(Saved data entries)

- - - - -

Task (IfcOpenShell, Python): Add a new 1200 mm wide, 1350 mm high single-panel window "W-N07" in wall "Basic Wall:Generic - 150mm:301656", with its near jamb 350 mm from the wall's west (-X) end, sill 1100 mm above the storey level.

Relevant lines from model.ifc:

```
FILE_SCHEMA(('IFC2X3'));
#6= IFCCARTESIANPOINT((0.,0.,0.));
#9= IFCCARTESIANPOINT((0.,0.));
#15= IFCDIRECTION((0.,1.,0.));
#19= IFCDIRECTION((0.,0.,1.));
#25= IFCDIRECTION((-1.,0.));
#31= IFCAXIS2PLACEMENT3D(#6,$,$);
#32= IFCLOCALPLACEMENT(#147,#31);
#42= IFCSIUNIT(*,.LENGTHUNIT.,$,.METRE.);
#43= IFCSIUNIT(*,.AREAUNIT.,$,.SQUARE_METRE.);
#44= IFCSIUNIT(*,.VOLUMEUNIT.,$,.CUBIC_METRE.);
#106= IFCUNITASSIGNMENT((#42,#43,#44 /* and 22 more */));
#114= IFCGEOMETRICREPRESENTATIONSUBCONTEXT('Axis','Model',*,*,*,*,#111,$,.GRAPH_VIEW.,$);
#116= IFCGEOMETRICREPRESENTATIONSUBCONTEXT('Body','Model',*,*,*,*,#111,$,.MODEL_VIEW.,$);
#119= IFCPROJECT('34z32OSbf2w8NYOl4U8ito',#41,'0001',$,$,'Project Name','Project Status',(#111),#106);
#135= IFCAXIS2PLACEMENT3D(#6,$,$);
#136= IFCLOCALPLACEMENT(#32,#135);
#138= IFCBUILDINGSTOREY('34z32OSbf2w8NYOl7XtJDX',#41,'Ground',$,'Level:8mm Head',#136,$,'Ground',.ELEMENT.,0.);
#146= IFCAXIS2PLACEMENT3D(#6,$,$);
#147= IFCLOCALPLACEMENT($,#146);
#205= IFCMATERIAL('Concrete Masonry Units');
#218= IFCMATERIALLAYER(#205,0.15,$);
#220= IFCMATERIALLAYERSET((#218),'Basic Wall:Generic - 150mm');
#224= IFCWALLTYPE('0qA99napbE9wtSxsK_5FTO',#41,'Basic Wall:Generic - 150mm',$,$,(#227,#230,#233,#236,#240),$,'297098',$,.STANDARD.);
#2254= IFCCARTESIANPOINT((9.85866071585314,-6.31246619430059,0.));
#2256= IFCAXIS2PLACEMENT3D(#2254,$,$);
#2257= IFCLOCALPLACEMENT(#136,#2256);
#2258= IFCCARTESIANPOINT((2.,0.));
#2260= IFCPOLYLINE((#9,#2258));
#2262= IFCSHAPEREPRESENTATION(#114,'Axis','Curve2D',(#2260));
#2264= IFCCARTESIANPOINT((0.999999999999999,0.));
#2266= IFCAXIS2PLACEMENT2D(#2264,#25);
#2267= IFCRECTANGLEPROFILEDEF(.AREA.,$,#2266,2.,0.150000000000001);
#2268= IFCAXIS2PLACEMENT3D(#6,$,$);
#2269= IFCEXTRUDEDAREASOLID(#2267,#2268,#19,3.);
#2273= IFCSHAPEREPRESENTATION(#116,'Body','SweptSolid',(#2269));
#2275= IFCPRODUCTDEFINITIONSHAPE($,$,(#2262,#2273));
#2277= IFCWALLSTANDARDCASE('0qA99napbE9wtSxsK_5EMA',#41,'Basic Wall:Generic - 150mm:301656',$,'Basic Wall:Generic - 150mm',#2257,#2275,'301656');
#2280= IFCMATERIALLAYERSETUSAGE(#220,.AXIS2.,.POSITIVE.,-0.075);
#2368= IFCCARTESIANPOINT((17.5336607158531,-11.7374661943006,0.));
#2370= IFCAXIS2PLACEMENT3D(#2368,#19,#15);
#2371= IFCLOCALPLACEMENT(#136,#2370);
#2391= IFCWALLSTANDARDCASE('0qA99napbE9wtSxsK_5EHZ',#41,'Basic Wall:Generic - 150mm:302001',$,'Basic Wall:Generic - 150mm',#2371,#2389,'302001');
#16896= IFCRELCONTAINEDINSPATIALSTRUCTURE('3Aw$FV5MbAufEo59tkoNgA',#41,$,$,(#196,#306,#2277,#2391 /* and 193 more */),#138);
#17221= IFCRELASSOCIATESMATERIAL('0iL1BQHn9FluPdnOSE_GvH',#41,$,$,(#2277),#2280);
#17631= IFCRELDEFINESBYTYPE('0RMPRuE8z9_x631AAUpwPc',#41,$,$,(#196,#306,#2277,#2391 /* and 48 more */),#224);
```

```python
import numpy as np
import ifcopenshell
import ifcopenshell.api.feature
import ifcopenshell.api.geometry
import ifcopenshell.api.root
import ifcopenshell.api.spatial
import ifcopenshell.api.type
import ifcopenshell.geom
import ifcopenshell.util.element
import ifcopenshell.util.placement
import ifcopenshell.util.representation
import ifcopenshell.util.shape
import ifcopenshell.util.unit

model = ifcopenshell.open("model.ifc")
unit_scale = ifcopenshell.util.unit.calculate_unit_scale(model)
settings = ifcopenshell.geom.settings()


def volume(element):
    """Net volume in cubic metres, openings subtracted."""
    shape = ifcopenshell.geom.create_shape(settings, element)
    return ifcopenshell.util.shape.get_volume(shape.geometry)


wall = model.by_guid("0qA99napbE9wtSxsK_5EMA")
storey = ifcopenshell.util.element.get_container(wall, ifc_class="IfcBuildingStorey")
context = ifcopenshell.util.representation.get_context(model, "Model", "Body", "MODEL_VIEW")
before = volume(wall)

width, height, from_end, sill = 1.2, 1.35, 0.35, 1.1  # metres

# The wall runs along its own X axis, and the end named is its -X end.
wall_shape = ifcopenshell.geom.create_shape(settings, wall)
x, y, z = ifcopenshell.util.shape.get_vertices(wall_shape.geometry).T
start = x.min() + from_end
face, thickness = float(y.min()), float(y.max() - y.min())
wall_matrix = ifcopenshell.util.placement.get_local_placement(wall.ObjectPlacement)
level = ifcopenshell.util.placement.get_local_placement(storey.ObjectPlacement)[2, 3]


def in_wall(x, y):
    """Placement at x, y metres in the wall's axes, at sill height."""
    matrix = wall_matrix.copy()
    matrix[:, 3] = wall_matrix @ np.array([x / unit_scale, y / unit_scale, 0.0, 1.0])
    matrix[2, 3] = level + sill / unit_scale
    return matrix


# Opening: a box that overshoots both wall faces by 50 mm.
opening = ifcopenshell.api.root.create_entity(model, ifc_class="IfcOpeningElement")
box = ifcopenshell.api.geometry.add_wall_representation(
    model, context=context, length=width, height=height, thickness=thickness + 0.1
)
ifcopenshell.api.geometry.assign_representation(model, product=opening, representation=box)
ifcopenshell.api.geometry.edit_object_placement(model, product=opening, matrix=in_wall(start, face - 0.05), is_si=False)
ifcopenshell.api.feature.add_feature(model, feature=opening, element=wall)

window = ifcopenshell.api.root.create_entity(model, ifc_class="IfcWindow", name="W-N07")
window.OverallWidth, window.OverallHeight = width / unit_scale, height / unit_scale
body = ifcopenshell.api.geometry.add_window_representation(
    model,
    context=context,
    overall_width=window.OverallWidth,
    overall_height=window.OverallHeight,
    partition_type="SINGLE_PANEL",
)
ifcopenshell.api.geometry.assign_representation(model, product=window, representation=body)
ifcopenshell.api.spatial.assign_container(model, products=[window], relating_structure=storey)
fills = ifcopenshell.api.feature.add_filling(model, opening=opening, element=window)
fills.OwnerHistory = window.OwnerHistory  # required in IFC2X3

# IFC2X3 keeps the operation on the window style.
style = ifcopenshell.api.root.create_entity(model, ifc_class="IfcWindowStyle", name="W-N07")
style.OperationType, style.ConstructionType = "SINGLE_PANEL", "NOTDEFINED"
style.ParameterTakesPrecedence = style.Sizeable = False
ifcopenshell.api.type.assign_type(model, related_objects=[window], relating_type=style)

# Centre the window in the wall's thickness.
ifcopenshell.api.geometry.edit_object_placement(model, product=window, matrix=in_wall(start, face), is_si=False)
window_shape = ifcopenshell.geom.create_shape(settings, window)
depth = ifcopenshell.util.shape.get_vertices(window_shape.geometry)[:, 1]
offset = face + thickness / 2 - (depth.min() + depth.max()) / 2
ifcopenshell.api.geometry.edit_object_placement(model, product=window, matrix=in_wall(start, offset), is_si=False)

after = volume(wall)

print(f"wall volume {before:.3f} -> {after:.3f} m3")

model.write("model_updated.ifc")
```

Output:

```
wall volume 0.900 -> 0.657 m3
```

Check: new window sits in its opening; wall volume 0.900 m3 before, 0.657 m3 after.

- - - - -

Above are some records. Copy each of their lines that holds the string "IFCGEOMETRICREPRESENTATIONSUBCONTEXT".

#114= IFCGEOMETRICREPRESENTATIONSUBCONTEXT('Axis','Model',*,*,*,*,#111,$,.GRAPH_VIEW.,$);
#116= IFCGEOMETRICREPRESENTATIONSUBCONTEXT('Body','Model',*,*,*,*,#111,$,.MODEL_VIEW.,$);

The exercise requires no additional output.